Well, that's what I'm asking how to do. In the short term I have it working because I passed net.ifnames=0 to the kernel, but it seems like a kludge.

----------

## Buffoon

Forums like this are for generating and sharing ideas, not spoonfeeding. Do you have access to the internet search engines? Do you know how to read man pages?

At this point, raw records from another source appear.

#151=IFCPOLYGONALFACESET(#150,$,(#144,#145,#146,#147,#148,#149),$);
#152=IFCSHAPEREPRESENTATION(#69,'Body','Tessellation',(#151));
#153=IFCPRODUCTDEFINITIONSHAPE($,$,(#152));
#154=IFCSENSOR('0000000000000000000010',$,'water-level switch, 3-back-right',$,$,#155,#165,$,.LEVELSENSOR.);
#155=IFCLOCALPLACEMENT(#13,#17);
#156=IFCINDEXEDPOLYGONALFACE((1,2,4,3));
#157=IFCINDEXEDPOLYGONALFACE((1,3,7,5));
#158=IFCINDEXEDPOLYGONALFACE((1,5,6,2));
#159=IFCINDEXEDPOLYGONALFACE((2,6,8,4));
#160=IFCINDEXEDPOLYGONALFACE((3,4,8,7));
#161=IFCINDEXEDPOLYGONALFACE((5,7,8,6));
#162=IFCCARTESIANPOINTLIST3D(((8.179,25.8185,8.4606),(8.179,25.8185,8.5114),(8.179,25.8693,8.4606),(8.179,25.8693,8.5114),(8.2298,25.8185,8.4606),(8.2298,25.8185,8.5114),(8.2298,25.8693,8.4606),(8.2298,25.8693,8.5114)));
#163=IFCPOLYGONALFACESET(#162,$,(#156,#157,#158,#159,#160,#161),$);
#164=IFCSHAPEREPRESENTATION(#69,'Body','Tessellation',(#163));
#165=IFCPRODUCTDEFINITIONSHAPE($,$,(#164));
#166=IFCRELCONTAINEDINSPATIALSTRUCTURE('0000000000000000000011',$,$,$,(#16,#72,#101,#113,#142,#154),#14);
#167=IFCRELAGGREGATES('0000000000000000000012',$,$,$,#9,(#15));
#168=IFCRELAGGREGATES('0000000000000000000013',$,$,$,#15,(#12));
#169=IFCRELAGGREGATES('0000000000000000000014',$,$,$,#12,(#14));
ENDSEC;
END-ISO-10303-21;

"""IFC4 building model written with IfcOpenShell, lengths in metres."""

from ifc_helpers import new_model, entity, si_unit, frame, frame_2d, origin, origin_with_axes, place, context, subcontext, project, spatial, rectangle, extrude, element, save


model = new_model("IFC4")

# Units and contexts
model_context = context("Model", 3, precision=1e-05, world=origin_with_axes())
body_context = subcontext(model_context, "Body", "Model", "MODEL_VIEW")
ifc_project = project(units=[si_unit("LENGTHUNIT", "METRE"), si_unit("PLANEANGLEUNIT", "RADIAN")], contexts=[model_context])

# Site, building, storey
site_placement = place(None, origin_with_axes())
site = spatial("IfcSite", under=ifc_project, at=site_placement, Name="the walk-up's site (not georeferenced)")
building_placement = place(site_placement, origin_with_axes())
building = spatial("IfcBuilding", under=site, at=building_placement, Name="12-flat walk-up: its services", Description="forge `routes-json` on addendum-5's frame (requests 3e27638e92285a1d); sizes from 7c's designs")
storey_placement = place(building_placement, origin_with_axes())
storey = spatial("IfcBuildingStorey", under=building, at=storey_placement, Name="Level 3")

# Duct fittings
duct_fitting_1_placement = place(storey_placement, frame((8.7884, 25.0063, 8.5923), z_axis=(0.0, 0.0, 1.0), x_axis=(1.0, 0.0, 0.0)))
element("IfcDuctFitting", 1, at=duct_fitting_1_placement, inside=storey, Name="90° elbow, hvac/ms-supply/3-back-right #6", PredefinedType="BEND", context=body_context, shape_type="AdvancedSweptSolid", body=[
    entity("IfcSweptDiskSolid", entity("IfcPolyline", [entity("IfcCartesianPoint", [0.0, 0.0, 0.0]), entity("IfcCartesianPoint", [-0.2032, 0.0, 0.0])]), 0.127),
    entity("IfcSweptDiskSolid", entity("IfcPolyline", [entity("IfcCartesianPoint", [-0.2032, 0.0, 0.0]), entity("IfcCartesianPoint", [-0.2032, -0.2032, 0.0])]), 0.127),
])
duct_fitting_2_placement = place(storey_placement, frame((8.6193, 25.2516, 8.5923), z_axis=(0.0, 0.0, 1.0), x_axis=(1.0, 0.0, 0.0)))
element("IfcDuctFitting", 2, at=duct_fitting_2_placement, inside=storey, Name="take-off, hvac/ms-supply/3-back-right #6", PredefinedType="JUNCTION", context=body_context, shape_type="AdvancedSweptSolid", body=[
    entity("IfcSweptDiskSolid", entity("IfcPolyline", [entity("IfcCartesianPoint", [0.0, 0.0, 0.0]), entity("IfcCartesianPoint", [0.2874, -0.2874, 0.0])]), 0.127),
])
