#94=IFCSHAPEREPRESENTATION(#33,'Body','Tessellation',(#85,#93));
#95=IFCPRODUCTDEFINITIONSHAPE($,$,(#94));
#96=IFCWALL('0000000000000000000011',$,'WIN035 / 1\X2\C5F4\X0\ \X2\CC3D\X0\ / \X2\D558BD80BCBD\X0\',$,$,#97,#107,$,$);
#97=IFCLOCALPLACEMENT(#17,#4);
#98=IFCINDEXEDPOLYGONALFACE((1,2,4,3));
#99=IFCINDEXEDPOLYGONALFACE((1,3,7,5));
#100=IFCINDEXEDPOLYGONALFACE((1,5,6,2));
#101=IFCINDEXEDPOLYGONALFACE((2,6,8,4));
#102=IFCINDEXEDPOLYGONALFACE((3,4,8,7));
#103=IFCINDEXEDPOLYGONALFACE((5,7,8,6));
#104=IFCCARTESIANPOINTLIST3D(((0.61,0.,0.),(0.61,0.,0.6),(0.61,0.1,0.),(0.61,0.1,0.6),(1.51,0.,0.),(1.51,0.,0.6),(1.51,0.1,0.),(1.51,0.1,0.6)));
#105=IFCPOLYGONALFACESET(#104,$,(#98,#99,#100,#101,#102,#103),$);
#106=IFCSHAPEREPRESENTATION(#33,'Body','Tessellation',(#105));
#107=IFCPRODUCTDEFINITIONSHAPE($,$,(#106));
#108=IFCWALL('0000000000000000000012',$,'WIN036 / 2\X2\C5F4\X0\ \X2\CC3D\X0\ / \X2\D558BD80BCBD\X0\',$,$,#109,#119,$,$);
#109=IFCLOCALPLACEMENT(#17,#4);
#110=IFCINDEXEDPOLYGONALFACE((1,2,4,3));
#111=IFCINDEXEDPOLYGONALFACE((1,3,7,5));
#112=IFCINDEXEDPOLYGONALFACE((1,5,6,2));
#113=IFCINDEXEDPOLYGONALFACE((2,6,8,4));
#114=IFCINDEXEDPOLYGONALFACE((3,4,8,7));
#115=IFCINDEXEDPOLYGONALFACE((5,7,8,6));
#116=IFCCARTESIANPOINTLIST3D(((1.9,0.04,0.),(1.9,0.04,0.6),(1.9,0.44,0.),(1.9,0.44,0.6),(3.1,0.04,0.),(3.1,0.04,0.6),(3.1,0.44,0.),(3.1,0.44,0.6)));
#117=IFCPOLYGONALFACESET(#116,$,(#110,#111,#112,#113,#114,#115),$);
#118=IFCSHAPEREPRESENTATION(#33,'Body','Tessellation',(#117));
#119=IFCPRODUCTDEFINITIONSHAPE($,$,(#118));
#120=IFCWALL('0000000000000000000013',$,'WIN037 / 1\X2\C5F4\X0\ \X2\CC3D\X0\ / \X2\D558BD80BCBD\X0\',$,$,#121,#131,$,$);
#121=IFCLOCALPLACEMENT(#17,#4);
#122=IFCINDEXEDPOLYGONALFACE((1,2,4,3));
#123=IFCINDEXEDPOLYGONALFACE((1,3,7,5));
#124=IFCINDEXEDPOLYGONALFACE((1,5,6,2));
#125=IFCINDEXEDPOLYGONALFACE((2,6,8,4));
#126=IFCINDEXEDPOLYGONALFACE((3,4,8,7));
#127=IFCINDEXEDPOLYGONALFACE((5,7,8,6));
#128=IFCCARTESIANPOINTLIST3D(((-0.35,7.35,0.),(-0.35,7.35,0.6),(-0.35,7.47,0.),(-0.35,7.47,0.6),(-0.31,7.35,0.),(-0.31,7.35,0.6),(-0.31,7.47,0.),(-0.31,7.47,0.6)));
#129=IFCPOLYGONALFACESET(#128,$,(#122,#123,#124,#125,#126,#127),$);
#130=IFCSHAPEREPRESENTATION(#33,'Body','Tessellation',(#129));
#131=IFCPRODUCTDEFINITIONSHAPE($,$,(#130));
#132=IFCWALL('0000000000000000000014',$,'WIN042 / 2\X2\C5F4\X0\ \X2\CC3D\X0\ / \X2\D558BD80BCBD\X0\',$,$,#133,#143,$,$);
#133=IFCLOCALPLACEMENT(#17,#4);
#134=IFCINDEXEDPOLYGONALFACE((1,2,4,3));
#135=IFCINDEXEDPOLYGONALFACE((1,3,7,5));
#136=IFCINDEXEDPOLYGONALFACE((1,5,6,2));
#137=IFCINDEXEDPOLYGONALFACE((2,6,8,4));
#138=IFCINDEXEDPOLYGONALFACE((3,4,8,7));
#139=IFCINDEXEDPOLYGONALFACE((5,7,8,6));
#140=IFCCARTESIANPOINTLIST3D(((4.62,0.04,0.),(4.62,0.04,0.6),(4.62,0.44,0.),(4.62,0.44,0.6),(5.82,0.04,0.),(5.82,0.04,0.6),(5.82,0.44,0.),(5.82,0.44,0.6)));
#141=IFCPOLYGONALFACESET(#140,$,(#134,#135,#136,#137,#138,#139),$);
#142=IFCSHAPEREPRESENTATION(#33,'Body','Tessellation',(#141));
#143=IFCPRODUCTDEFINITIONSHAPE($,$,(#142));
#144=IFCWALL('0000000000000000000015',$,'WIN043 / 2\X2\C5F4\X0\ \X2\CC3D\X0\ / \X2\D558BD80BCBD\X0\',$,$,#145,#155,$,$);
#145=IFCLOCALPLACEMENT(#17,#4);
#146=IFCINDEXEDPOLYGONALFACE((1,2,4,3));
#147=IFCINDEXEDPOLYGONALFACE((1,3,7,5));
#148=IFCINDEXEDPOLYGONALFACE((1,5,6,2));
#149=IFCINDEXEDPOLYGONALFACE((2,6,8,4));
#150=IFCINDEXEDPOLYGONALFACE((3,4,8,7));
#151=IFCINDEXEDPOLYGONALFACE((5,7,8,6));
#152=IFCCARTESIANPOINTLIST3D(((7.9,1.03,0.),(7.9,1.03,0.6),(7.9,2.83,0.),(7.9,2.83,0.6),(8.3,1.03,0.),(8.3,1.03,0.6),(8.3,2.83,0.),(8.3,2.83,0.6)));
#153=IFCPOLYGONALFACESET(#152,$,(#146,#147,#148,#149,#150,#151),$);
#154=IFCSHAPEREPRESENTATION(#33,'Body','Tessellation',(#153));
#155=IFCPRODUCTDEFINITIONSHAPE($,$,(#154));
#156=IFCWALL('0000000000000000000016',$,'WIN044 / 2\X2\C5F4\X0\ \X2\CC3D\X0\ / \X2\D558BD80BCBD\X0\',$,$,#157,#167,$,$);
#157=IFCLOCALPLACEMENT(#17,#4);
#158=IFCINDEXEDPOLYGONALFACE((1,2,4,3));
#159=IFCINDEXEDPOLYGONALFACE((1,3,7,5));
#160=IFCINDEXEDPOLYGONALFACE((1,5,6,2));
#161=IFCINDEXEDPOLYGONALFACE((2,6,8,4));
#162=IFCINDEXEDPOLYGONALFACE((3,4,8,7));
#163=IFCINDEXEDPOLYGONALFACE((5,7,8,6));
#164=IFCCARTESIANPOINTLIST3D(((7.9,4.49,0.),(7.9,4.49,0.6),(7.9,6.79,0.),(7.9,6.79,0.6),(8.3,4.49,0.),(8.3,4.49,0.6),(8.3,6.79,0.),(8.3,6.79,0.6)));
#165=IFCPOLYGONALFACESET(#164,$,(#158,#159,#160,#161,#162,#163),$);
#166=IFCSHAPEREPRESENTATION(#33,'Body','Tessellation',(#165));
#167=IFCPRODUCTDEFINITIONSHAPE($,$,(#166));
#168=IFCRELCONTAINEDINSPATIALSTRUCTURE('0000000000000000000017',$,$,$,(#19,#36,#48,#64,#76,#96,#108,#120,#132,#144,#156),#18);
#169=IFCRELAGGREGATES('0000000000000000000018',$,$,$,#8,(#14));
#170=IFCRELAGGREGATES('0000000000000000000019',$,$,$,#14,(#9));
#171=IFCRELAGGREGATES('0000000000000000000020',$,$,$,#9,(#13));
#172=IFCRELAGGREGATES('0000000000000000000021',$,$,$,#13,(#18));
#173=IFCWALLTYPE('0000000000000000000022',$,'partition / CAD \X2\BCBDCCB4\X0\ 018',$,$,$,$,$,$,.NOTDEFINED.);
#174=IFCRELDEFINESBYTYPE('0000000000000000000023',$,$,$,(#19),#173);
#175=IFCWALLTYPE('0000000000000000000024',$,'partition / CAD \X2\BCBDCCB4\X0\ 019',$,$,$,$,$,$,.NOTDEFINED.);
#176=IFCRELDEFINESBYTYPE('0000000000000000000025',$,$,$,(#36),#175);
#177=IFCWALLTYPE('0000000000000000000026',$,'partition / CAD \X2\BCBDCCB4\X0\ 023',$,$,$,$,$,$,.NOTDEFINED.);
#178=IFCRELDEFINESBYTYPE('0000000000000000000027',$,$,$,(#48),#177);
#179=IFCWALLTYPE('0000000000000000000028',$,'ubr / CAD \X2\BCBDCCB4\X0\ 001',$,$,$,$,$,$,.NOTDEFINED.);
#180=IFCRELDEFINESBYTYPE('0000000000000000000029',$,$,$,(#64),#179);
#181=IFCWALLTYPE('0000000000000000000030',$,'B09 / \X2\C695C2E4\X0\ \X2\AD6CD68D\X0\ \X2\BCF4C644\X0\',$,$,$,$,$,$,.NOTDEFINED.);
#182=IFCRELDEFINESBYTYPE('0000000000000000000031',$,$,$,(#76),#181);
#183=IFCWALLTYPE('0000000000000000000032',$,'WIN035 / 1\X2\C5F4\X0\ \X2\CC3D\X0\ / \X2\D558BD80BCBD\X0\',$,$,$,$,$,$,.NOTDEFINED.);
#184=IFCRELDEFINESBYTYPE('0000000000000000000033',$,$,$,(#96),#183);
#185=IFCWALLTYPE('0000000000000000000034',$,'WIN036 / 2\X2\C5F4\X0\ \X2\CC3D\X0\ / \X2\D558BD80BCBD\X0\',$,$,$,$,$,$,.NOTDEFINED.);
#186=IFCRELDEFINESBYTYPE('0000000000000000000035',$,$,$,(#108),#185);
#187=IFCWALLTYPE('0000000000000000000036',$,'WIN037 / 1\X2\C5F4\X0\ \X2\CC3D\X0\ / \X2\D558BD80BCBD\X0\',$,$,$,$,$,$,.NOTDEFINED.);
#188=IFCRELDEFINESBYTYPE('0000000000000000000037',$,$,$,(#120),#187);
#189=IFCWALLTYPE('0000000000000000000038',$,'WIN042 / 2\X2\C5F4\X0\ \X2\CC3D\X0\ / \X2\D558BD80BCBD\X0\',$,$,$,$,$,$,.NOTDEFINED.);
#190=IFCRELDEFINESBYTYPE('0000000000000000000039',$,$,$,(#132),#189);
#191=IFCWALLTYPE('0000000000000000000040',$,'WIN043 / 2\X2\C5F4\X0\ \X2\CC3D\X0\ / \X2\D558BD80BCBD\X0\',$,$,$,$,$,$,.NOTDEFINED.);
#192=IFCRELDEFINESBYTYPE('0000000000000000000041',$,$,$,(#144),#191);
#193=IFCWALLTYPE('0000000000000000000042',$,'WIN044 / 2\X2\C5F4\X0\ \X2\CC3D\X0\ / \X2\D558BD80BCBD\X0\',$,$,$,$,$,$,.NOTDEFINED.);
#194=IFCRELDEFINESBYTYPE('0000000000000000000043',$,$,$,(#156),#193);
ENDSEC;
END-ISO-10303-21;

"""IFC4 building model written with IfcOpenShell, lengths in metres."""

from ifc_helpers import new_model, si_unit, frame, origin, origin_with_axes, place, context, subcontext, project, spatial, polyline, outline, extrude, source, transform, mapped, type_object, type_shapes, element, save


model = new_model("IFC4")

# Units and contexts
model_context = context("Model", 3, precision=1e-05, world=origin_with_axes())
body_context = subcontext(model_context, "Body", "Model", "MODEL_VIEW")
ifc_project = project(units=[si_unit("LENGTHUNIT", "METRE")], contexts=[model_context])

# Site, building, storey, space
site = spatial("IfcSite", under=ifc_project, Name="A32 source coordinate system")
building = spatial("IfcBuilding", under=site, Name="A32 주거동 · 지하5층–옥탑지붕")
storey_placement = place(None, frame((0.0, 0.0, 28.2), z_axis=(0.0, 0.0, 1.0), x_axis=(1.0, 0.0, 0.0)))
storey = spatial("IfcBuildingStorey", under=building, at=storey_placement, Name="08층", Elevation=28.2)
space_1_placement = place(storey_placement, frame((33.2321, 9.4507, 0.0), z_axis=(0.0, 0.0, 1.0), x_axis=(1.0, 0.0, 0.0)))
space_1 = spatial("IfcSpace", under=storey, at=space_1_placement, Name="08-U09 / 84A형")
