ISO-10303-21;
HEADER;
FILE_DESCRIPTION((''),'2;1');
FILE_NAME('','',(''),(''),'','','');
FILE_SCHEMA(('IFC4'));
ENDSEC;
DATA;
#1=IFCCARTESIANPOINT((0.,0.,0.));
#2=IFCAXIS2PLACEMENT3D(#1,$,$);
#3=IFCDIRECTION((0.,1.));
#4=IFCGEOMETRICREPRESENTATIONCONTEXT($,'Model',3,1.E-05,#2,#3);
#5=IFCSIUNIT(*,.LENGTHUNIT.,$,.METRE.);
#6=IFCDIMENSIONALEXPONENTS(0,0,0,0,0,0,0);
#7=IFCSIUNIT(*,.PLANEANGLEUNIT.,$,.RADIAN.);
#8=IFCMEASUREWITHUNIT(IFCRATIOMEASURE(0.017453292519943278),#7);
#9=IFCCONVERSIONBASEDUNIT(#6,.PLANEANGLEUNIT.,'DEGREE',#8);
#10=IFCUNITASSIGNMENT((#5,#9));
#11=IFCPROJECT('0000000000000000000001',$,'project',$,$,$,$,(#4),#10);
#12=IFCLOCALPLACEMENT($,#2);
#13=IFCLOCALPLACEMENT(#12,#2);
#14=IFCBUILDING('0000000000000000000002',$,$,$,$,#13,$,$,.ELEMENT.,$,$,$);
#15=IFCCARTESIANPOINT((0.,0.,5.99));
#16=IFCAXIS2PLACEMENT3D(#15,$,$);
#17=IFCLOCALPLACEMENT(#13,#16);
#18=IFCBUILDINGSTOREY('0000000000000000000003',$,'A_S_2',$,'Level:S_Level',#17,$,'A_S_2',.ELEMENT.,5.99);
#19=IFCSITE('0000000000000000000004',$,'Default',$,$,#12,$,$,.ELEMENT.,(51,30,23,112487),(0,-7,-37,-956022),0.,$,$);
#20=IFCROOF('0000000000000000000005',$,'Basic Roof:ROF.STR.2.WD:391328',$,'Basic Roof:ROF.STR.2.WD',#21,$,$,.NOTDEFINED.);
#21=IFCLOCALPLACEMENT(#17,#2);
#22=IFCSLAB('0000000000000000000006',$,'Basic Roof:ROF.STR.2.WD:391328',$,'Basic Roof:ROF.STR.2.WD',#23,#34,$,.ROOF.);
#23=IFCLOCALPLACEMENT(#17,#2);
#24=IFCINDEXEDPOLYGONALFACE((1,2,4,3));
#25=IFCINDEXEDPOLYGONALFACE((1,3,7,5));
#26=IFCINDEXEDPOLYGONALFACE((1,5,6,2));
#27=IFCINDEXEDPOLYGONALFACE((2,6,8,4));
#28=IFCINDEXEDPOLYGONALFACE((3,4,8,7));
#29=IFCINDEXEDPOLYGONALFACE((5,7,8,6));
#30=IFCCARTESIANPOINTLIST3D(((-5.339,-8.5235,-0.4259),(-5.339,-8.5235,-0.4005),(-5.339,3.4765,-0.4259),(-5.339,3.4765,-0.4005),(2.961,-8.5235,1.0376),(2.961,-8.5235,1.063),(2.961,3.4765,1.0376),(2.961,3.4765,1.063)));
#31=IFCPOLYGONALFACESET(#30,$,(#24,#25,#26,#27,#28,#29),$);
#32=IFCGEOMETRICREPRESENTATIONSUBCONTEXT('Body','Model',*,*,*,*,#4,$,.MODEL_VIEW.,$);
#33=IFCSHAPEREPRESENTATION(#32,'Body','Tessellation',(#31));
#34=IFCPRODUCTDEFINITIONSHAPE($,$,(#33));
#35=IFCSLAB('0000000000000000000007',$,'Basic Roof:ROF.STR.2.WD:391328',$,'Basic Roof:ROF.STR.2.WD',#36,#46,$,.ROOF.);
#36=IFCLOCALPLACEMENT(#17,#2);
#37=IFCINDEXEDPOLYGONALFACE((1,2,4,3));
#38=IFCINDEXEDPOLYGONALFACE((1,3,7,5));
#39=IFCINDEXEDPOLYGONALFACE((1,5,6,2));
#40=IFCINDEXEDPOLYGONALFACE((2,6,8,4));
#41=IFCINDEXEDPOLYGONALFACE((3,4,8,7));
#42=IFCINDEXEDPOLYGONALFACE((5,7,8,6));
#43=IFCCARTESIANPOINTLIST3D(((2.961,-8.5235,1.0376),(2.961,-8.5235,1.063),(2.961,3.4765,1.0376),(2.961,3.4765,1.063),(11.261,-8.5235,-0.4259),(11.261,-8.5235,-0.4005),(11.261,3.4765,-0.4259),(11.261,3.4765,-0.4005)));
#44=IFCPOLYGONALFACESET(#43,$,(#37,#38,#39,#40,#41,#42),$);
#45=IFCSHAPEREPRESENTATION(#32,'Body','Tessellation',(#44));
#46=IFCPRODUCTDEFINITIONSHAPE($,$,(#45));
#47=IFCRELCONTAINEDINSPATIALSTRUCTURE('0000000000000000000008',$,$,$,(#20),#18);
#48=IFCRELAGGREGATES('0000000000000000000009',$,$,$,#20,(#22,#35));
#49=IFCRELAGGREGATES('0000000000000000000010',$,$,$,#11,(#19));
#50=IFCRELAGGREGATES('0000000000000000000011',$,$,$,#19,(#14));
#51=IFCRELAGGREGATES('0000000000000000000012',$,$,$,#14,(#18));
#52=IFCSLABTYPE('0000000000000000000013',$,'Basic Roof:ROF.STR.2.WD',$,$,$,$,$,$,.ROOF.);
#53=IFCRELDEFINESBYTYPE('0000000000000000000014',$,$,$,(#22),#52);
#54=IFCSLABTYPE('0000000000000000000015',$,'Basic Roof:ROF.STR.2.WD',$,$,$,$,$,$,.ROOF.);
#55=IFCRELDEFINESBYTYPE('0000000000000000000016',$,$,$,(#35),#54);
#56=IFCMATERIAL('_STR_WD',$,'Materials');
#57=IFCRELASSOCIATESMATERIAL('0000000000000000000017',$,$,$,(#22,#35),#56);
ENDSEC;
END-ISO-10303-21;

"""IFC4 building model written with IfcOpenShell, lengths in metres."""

from ifc_helpers import new_model, entity, si_unit, converted_unit, direction, frame, origin, place, context, subcontext, project, spatial, indexed_curve, outline, extrude, material, type_object, element, aggregate, save


model = new_model("IFC4")

# Units and contexts
model_context = context("Model", 3, precision=1e-05, world=origin(), true_north=direction((0.0, 1.0)))
body_context = subcontext(model_context, "Body", "Model", "MODEL_VIEW")
ifc_project = project(units=[si_unit("LENGTHUNIT", "METRE"), converted_unit("PLANEANGLEUNIT", "DEGREE", entity("IfcRatioMeasure", 0.017453292519943278), si_unit("PLANEANGLEUNIT", "RADIAN"), dimensions=[0, 0, 0, 0, 0, 0, 0])], contexts=[model_context])

# Site, building, storey
site_placement = place(None, origin())
site = spatial("IfcSite", under=ifc_project, at=site_placement, Name="Default", CompositionType="ELEMENT", RefLatitude=(51, 30, 23, 112487), RefLongitude=(0, -7, -37, -956022), RefElevation=0.0)
building_placement = place(site_placement, origin())
building = spatial("IfcBuilding", under=site, at=building_placement, CompositionType="ELEMENT")
storey_placement = place(building_placement, frame((0.0, 0.0, 5.99)))
storey = spatial("IfcBuildingStorey", under=building, at=storey_placement, Name="A_S_2", ObjectType="Level:S_Level", LongName="A_S_2", CompositionType="ELEMENT", Elevation=5.99)

# Roof, slabs
roof_placement = place(storey_placement, frame((-5.339, -8.5235, -0.4259)))
roof = element("IfcRoof", 1, at=roof_placement, inside=storey, Name="Basic Roof:ROF.STR.2.WD:391328", ObjectType="Basic Roof:ROF.STR.2.WD", PredefinedType="NOTDEFINED")
ifc_material = material(Name="_STR_WD", Category="Materials")
slab_type_1 = type_object("IfcSlabType", Name="Basic Roof:ROF.STR.2.WD", PredefinedType="ROOF")
slab_1_placement = place(roof_placement, origin())
slab_1 = element("IfcSlab", 2, at=slab_1_placement, type_object=slab_type_1, material=ifc_material, Name="Basic Roof:ROF.STR.2.WD:391328", ObjectType="Basic Roof:ROF.STR.2.WD", PredefinedType="ROOF", context=body_context, shape_type="SweptSolid", body=[
    extrude(outline(indexed_curve([(-4.214, -6.0), (4.214, -6.0), (4.214, 6.0), (-4.214, 6.0), (-4.214, -6.0)], self_intersect=False)), frame((4.15, 6.0, 0.7318), z_axis=(-0.173648, 0.0, 0.984808), x_axis=(0.984808, 0.0, 0.173648)), (0.173648, 0.0, 0.984808), 0.0254),
])
slab_type_2 = type_object("IfcSlabType", Name="Basic Roof:ROF.STR.2.WD", PredefinedType="ROOF")
slab_2_placement = place(roof_placement, origin())
slab_2 = element("IfcSlab", 3, at=slab_2_placement, type_object=slab_type_2, material=ifc_material, Name="Basic Roof:ROF.STR.2.WD:391328", ObjectType="Basic Roof:ROF.STR.2.WD", PredefinedType="ROOF", context=body_context, shape_type="SweptSolid", body=[
    extrude(outline(indexed_curve([(-4.214, 6.0), (-4.214, -6.0), (4.214, -6.0), (4.214, 6.0), (-4.214, 6.0)], self_intersect=False)), frame((12.45, 6.0, 0.7318), z_axis=(0.173648, 0.0, 0.984808), x_axis=(0.984808, 0.0, -0.173648)), (-0.173648, 0.0, 0.984808), 0.0254),
])
aggregate(roof, [slab_1, slab_2])

save(model, "model.ifc")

https://duckduckgo.com/?q=linux+create+nic+alias&atb=v23__&ia=web

https://linux.die.net/man/8/ip

https://linux.die.net/man/8/ifconfig

----------

## Wormer

 *Buffoon wrote:*   

> Forums like this are for generating and sharing ideas, not spoonfeeding. Do you have access to the internet search engines? Do you know how to read man pages?
> 
> https://duckduckgo.com/?q=linux+create+nic+alias&atb=v23__&ia=web
> 
> https://linux.die.net/man/8/ip
> ...

 

I think you misunderstand. I did searches and came up with the same thing. I read man pages and came up with the same thing. Now, with the realization that I might be dense and just missing something, I know how to assign different IP addresses to the same NIC. What I'm trying to do here is assign a second device name to the same physical network device. I could, of course, make a virtual network device called "eth0" and bridge it over, but I was just wondering if there was a more elegant way.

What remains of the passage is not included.